Optimize Large SQL Server DML Processes by Using Batches

By:   |   Comments (3)   |   Related: > TSQL


Problem

Sometimes you must perform DML processes (insert, update, delete or combinations of these) over large tables, if your SQL Server database has a high concurrency, these types of processes can lead to locks, or filling the transaction log, even if you run these processes outside of business hours. So maybe you were asked to optimize some processes to avoid large log growths or minimizing locks to tables and by optimizing these processes some execution time can be saved as well.  How can this be achieved?

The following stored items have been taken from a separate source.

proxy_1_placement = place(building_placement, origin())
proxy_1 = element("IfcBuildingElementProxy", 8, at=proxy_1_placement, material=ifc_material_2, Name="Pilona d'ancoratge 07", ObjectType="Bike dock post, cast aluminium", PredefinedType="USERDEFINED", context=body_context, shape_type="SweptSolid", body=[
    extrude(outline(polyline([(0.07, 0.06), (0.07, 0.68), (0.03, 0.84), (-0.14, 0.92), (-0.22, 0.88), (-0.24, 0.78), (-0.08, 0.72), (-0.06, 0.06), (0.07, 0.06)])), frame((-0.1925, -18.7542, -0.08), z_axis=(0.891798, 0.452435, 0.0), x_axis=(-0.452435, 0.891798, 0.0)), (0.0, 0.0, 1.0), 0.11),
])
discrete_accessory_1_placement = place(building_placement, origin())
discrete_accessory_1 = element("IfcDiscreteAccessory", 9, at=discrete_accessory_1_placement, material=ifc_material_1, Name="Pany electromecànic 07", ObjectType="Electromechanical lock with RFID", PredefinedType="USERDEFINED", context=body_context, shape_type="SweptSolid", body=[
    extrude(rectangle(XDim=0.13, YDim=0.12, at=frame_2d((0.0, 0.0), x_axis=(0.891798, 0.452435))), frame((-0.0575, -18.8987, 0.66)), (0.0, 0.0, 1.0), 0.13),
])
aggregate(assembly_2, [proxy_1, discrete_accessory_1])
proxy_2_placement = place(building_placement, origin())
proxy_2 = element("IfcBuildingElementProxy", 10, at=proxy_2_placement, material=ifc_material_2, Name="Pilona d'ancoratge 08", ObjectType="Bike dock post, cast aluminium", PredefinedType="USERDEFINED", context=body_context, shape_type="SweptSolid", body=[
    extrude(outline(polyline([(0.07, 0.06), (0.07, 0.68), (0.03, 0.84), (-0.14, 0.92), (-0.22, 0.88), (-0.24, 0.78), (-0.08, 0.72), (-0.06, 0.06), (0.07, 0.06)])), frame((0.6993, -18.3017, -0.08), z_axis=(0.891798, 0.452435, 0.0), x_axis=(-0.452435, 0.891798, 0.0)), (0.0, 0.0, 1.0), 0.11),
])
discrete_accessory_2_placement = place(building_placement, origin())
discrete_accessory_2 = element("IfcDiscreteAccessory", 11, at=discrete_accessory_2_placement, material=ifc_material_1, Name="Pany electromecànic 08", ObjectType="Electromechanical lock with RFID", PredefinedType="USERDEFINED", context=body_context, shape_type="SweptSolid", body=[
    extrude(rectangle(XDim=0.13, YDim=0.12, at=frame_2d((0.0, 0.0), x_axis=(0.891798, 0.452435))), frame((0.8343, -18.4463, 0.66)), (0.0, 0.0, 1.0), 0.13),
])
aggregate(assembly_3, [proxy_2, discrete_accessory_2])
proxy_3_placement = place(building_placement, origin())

In this previous tip we discussed how to perform a batch solution for tables with sequential numeric keys, but how about tables without sequential numeric keys? In this tip we will show another approach for these types of tables.

Solution

We will do these DML processes using batches with the help of the TOP statement. NOTE: We could also use SET ROWCOUNT, but this function will be deprecated in a future release of SQL Server, so I do not recommend using it.  This also gives you the ability to implement custom "stop-resume" logic.  We will show you a general method, so you can take it as a base to implement it on your own processes.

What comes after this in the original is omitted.